Defining Representation
  Introduction | Defining Representation | Connecting Representations | The Teacher's Role | Your Journal

 
 

Students benefit from a balanced instructional program in which they grapple with their own interpretation of the use of a particular representation, participate in discussions, and share ideas with their teacher and peers. This can lead to learning about common conventions of representations, and experimenting with uses of representations as suggested by others. In addition, as students compare and discuss connections between representations, they deepen their understanding of mathematical ideas.
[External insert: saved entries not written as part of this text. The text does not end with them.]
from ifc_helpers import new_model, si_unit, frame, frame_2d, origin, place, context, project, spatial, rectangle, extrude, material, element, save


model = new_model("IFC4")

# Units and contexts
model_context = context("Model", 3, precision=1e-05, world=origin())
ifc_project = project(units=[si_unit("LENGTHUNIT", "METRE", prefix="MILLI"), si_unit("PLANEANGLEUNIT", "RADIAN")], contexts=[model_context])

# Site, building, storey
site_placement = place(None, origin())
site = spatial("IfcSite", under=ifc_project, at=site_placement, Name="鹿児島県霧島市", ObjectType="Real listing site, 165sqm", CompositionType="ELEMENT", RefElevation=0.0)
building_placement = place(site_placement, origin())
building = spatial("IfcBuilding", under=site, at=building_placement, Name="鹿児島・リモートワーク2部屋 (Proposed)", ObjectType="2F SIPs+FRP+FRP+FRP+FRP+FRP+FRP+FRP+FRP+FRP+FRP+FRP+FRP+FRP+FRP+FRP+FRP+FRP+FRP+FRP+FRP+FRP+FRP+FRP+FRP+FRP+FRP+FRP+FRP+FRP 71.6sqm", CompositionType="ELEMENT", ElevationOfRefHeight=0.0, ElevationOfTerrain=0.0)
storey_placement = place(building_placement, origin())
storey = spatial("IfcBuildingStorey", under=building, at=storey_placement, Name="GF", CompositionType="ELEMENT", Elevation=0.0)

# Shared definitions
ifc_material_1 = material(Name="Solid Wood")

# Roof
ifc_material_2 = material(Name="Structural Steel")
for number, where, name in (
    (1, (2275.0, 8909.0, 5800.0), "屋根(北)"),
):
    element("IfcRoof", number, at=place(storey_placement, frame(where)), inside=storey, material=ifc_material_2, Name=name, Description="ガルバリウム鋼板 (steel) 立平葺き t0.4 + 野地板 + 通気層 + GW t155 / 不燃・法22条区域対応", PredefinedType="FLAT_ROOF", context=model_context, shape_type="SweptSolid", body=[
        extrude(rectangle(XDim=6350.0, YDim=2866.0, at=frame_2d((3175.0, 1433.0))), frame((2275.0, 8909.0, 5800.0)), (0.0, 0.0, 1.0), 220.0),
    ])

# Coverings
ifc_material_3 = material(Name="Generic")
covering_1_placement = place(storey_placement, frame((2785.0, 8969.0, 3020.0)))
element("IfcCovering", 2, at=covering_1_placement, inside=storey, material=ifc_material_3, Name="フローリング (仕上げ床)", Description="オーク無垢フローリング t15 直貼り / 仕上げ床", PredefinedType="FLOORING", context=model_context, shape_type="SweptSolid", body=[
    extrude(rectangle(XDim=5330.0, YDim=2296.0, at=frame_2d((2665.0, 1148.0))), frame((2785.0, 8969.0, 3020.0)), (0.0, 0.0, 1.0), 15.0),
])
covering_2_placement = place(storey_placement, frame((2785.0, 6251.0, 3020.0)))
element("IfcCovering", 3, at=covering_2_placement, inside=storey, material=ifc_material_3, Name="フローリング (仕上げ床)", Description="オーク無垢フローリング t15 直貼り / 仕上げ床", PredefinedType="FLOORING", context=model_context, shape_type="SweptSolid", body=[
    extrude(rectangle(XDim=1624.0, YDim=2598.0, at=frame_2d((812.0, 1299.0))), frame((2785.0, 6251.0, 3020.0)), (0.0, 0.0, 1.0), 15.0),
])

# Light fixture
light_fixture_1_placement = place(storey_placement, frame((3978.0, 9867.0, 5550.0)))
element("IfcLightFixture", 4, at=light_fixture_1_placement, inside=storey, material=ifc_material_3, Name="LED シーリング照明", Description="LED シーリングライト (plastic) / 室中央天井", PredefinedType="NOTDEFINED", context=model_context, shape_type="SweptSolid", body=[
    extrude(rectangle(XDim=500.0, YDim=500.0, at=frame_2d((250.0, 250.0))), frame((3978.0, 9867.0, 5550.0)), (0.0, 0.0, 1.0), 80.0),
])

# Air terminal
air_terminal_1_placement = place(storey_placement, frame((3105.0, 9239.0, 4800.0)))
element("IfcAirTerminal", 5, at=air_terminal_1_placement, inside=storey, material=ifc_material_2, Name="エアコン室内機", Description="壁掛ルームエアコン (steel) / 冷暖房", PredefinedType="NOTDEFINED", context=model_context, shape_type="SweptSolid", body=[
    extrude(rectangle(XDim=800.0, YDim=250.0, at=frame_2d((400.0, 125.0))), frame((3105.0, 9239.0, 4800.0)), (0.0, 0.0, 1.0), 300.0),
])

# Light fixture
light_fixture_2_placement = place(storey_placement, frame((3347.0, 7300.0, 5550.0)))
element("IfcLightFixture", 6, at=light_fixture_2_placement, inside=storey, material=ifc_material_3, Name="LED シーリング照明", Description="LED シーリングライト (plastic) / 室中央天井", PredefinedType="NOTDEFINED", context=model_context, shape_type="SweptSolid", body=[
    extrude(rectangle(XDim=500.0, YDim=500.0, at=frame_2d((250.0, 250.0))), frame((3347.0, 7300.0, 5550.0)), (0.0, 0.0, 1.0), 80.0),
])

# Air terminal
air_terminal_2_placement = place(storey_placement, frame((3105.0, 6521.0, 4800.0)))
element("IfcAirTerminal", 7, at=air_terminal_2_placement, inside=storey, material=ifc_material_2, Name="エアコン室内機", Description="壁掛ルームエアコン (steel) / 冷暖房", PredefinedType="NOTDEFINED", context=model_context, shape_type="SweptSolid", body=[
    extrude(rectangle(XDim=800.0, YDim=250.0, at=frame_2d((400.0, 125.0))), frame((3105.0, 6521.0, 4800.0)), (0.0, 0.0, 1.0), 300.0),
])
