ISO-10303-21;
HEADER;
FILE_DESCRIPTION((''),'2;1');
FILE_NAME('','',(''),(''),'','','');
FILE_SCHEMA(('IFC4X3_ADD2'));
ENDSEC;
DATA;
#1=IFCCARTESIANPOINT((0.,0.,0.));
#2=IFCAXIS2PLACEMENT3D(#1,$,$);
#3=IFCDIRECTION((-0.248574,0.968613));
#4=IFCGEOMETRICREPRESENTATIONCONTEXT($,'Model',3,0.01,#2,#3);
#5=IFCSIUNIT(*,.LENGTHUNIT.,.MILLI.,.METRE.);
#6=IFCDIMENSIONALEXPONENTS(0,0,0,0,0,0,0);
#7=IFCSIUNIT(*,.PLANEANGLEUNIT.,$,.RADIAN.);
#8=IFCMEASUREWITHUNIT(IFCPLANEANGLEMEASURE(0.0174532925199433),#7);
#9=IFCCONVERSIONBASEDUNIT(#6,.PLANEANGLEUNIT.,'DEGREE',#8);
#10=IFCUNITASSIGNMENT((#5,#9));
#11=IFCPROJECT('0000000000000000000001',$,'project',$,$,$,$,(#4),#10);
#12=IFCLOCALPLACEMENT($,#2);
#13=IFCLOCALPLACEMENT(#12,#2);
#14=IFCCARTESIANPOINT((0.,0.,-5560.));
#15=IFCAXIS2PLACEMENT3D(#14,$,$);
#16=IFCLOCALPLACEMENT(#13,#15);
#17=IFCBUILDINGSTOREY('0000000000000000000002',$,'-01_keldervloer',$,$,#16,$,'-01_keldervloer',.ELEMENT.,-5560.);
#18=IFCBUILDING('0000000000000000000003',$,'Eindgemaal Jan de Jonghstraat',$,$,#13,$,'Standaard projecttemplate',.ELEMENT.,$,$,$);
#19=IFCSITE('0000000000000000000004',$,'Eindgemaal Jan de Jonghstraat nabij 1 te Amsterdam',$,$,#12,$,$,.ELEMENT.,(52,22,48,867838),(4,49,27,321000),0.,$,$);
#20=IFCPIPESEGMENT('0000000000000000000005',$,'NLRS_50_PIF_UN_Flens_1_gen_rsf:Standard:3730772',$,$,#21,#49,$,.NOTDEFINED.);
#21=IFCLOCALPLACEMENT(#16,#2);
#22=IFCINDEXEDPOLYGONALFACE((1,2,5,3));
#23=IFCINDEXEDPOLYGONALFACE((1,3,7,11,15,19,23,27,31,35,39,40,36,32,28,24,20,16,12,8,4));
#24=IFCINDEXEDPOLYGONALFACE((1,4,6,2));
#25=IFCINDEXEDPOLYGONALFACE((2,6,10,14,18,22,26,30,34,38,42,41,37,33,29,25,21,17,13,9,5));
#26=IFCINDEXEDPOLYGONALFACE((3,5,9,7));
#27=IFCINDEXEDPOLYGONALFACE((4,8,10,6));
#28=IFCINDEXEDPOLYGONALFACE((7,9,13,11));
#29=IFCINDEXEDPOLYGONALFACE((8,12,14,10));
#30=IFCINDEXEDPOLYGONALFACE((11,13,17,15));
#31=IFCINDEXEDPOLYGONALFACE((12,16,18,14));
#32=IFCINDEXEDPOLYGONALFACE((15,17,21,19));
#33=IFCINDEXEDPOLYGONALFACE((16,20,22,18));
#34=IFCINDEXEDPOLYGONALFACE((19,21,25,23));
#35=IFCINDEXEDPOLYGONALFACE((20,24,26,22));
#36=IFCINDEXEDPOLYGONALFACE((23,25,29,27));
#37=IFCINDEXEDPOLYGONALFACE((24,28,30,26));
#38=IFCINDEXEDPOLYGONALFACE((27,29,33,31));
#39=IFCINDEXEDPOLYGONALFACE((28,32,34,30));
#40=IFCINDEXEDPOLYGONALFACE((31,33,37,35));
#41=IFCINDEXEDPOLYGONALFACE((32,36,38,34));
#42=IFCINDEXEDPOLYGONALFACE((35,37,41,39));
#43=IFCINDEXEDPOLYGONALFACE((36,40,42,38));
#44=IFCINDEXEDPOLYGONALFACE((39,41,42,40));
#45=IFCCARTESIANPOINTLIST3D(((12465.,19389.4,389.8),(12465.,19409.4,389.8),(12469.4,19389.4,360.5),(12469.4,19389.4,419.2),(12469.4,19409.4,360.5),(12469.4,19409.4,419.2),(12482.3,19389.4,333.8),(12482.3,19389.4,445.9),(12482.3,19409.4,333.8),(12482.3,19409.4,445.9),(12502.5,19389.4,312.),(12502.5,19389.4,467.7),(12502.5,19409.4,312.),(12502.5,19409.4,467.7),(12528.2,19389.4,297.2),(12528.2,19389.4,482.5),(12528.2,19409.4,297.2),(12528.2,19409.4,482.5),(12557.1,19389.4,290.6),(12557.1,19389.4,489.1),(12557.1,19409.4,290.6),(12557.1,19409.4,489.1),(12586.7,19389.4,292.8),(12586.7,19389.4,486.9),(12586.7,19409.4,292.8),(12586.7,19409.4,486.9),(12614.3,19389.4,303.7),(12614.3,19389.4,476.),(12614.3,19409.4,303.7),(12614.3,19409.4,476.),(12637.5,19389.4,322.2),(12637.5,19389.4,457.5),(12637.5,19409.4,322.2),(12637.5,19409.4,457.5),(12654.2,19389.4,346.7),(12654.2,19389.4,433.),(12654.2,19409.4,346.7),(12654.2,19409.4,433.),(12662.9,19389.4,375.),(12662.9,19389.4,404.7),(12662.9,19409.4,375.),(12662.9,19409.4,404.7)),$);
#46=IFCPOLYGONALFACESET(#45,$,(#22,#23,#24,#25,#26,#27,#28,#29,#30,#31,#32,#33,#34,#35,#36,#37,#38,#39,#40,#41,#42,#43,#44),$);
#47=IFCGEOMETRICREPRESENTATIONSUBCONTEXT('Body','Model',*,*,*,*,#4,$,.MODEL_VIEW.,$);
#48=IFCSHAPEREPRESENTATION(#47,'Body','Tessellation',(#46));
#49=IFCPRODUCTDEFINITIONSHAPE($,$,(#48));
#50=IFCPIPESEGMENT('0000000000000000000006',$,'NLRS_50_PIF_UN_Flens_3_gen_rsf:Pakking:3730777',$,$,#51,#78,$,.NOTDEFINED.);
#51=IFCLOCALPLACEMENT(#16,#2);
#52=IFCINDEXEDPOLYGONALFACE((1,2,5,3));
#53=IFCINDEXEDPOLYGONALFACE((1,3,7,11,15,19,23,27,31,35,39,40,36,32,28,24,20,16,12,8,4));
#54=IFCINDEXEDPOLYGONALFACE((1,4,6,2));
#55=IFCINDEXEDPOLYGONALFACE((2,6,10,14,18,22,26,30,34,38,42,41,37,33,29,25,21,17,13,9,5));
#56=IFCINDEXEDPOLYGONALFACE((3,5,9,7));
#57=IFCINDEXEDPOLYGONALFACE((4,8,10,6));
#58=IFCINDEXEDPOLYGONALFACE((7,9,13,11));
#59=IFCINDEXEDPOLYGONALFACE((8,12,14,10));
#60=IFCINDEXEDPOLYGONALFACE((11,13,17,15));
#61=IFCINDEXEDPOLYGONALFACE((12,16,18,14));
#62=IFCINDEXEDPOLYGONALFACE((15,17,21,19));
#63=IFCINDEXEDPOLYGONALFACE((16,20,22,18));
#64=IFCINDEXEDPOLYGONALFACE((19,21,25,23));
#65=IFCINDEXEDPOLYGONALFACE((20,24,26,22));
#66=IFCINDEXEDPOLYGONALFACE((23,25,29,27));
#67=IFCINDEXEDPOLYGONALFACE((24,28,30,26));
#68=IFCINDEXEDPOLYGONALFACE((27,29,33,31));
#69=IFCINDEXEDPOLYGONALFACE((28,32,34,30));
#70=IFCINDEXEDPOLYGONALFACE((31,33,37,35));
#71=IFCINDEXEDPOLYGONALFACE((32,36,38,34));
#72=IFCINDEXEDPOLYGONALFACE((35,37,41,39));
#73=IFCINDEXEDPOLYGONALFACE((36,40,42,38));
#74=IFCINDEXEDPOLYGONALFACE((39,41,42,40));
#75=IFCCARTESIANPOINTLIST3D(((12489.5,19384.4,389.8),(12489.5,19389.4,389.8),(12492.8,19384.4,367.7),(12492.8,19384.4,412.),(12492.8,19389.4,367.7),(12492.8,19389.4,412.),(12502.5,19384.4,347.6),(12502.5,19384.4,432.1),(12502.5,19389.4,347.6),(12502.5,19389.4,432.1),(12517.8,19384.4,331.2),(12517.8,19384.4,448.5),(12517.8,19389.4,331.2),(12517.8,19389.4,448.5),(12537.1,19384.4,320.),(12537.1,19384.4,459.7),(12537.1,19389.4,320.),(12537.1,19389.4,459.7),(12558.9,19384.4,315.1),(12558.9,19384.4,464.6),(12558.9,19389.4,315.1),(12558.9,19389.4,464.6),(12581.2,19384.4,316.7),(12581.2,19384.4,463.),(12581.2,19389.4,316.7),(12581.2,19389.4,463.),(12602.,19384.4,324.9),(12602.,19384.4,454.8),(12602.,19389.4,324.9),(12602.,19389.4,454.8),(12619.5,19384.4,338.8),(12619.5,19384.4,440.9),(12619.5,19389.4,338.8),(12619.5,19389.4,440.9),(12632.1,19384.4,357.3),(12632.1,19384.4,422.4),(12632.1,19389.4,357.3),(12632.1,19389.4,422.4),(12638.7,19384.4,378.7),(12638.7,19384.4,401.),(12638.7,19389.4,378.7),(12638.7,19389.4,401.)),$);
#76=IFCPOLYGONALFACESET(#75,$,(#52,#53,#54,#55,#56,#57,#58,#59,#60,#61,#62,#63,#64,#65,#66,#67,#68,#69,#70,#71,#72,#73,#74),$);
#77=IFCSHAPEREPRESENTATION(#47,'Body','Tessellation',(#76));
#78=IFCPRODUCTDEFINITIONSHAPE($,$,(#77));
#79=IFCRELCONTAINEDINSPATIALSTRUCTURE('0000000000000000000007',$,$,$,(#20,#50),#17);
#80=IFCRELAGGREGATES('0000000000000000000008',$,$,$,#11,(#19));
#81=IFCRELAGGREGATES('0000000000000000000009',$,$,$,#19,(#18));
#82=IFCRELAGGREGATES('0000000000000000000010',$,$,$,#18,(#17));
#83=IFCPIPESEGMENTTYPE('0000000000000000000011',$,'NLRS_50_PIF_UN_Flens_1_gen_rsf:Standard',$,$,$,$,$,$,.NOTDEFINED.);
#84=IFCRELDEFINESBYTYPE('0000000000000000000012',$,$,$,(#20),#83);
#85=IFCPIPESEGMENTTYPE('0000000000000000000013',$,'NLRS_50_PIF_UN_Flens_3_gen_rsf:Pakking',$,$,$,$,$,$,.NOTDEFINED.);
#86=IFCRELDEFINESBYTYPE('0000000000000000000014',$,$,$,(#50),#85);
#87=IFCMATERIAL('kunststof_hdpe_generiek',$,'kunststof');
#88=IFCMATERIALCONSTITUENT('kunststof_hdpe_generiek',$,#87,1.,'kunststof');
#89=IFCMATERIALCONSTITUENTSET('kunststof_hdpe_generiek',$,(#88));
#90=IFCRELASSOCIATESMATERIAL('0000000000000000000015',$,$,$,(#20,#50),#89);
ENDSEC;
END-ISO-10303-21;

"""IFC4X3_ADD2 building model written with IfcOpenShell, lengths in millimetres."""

from ifc_helpers import new_model, entity, si_unit, converted_unit, direction, frame, frame_2d, origin, place, context, subcontext, project, spatial, circle, extrude, source, transform, mapped, material, constituent, constituent_set, type_object, type_shapes, element, save


model = new_model("IFC4X3_ADD2")

# Units and contexts
model_context = context("Model", 3, precision=0.01, world=origin(), true_north=direction((-0.248574, 0.968613)))
body_context = subcontext(model_context, "Body", "Model", "MODEL_VIEW")
ifc_project = project(units=[si_unit("LENGTHUNIT", "METRE", prefix="MILLI"), converted_unit("PLANEANGLEUNIT", "DEGREE", entity("IfcPlaneAngleMeasure", 0.0174532925199433), si_unit("PLANEANGLEUNIT", "RADIAN"), dimensions=[0, 0, 0, 0, 0, 0, 0])], contexts=[model_context])

# Site, building, storey
site_placement = place(None, origin())
site = spatial("IfcSite", under=ifc_project, at=site_placement, Name="Eindgemaal Jan de Jonghstraat nabij 1 te Amsterdam", CompositionType="ELEMENT", RefLatitude=(52, 22, 48, 867838), RefLongitude=(4, 49, 27, 321000), RefElevation=0.0)
building_placement = place(site_placement, origin())
building = spatial("IfcBuilding", under=site, at=building_placement, Name="Eindgemaal Jan de Jonghstraat", LongName="Standaard projecttemplate", CompositionType="ELEMENT")
storey_placement = place(building_placement, frame((0.0, 0.0, -5560.0)))
storey = spatial("IfcBuildingStorey", under=building, at=storey_placement, Name="-01_keldervloer", LongName="-01_keldervloer", CompositionType="ELEMENT", Elevation=-5560.0)

# Pipe segments
ifc_material_1 = material(Name="kunststof_hdpe_generiek", Category="kunststof")
ifc_constituent_1 = constituent(ifc_material_1, Name="kunststof_hdpe_generiek", Category="kunststof", fraction=1.0)
ifc_constituent_set_1 = constituent_set(constituents=[ifc_constituent_1], Name="kunststof_hdpe_generiek")
pipe_segment_type_1 = type_object("IfcPipeSegmentType", Name="NLRS_50_PIF_UN_Flens_1_gen_rsf:Standard", PredefinedType="NOTDEFINED")
shared_shape_1 = source(origin(), body_context, "Body", "SweptSolid", [
    extrude(circle(Radius=99.5, at=frame_2d((0.0, 0.0), x_axis=(1.0, 0.0))), frame((-10.0, 0.0, 0.0), z_axis=(1.0, 0.0, 0.0), x_axis=(0.0, 1.0, 0.0)), (0.0, 0.0, 1.0), 20.0),
])
type_shapes(pipe_segment_type_1, [shared_shape_1])
pipe_segment_1_placement = place(storey_placement, frame((12564.5, 19399.4, 389.8), z_axis=(0.0, 0.0, 1.0), x_axis=(0.0, 1.0, 0.0)))
element("IfcPipeSegment", 1, at=pipe_segment_1_placement, inside=storey, type_object=pipe_segment_type_1, material=ifc_constituent_set_1, Name="NLRS_50_PIF_UN_Flens_1_gen_rsf:Standard:3730772", PredefinedType="NOTDEFINED", context=body_context, shape_type="MappedRepresentation", body=[
    mapped(shared_shape_1, transform((0.0, 0.0, 0.0), scale=1.0)),
])
pipe_segment_type_2 = type_object("IfcPipeSegmentType", Name="NLRS_50_PIF_UN_Flens_3_gen_rsf:Pakking", PredefinedType="NOTDEFINED")
shared_shape_2 = source(origin(), body_context, "Body", "SweptSolid", [
    extrude(circle(Radius=75.0, at=frame_2d((0.0, 0.0), x_axis=(1.0, 0.0))), frame((0.0, 0.0, 0.0), z_axis=(0.0, 0.0, 1.0), x_axis=(0.0, -1.0, 0.0)), (0.0, 0.0, 1.0), 5.0),
])
type_shapes(pipe_segment_type_2, [shared_shape_2])
pipe_segment_2_placement = place(storey_placement, frame((12564.5, 19384.4, 389.8), z_axis=(0.0, 1.0, 0.0), x_axis=(0.0, 0.0, 1.0)))
element("IfcPipeSegment", 2, at=pipe_segment_2_placement, inside=storey, type_object=pipe_segment_type_2, material=ifc_constituent_set_1, Name="NLRS_50_PIF_UN_Flens_3_gen_rsf:Pakking:3730777", PredefinedType="NOTDEFINED", context=body_context, shape_type="MappedRepresentation", body=[
    mapped(shared_shape_2, transform((0.0, 0.0, 0.0), scale=1.0)),
])

save(model, "model.ifc")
As a follow-up to the Representing Data activity from Part A, the teacher asked a student, Cody, to gather data on the weight of pennies. She was hoping to bring up connections to previous science work with scales and to the use of decimals to report measures. Cody used the classroom scale and created a table as he weighed different numbers of pennies. He chose to use a coordinate graph to show his data. Because Cody had a large range in his data, the teacher guided him in his choice of scale and the labels for his graph. She also helped him understand that some variation in his numbers was to be expected when using real pennies and a real scale.


Here is Cody's data:


pennies graph


Later, while discussing Cody's table and the graph with the whole class, the teacher was able to extend the lesson to include algebraic representation. Several students were able to look at the line on the coordinate graph and, with the help of the teacher's questions, notice that the number of grams steadily increased. The class stated this observation in a verbal rule: "Every time you have 10 more pennies, you get about 25 more grams."


The teacher continued the discussion and asked about the general relationship between the data in the Number of Pennies row and the data for the corresponding number of grams. Several students said, "It's times two and a half!", and the class went on to record another rule: "The number of grams is (about) 2.5 times as much as the number of pennies." They then shortened their rule to "g = 2.5p" by using the letter g to stand for the number of grams and the letter p to stand for the number of pennies. This equation is an example of an algebraic symbolic expression, a linear equation showing constant growth.


The discussion also included acknowledgement that this formula doesn't perfectly predict the weight of a number of pennies. For example, 100 pennies only weighed 248 grams, not 250. Their teacher showed them the "is about equal to" symbol and wrote "g ≈ 2.5p" before returning to the central purpose of the lesson: developing connections between various forms of representation for relationships in sets of data.


Notice that the development of the equation was built on a series of translations among various representations. The situation was used to generate a table of values, related points were plotted on a coordinate grid, and a verbal rule was stated. The rule was then translated into a symbolic form.


Through such lessons, upper elementary students gain understanding that will support their success with more formal algebraic ideas and skillful use of representations during the middle grades.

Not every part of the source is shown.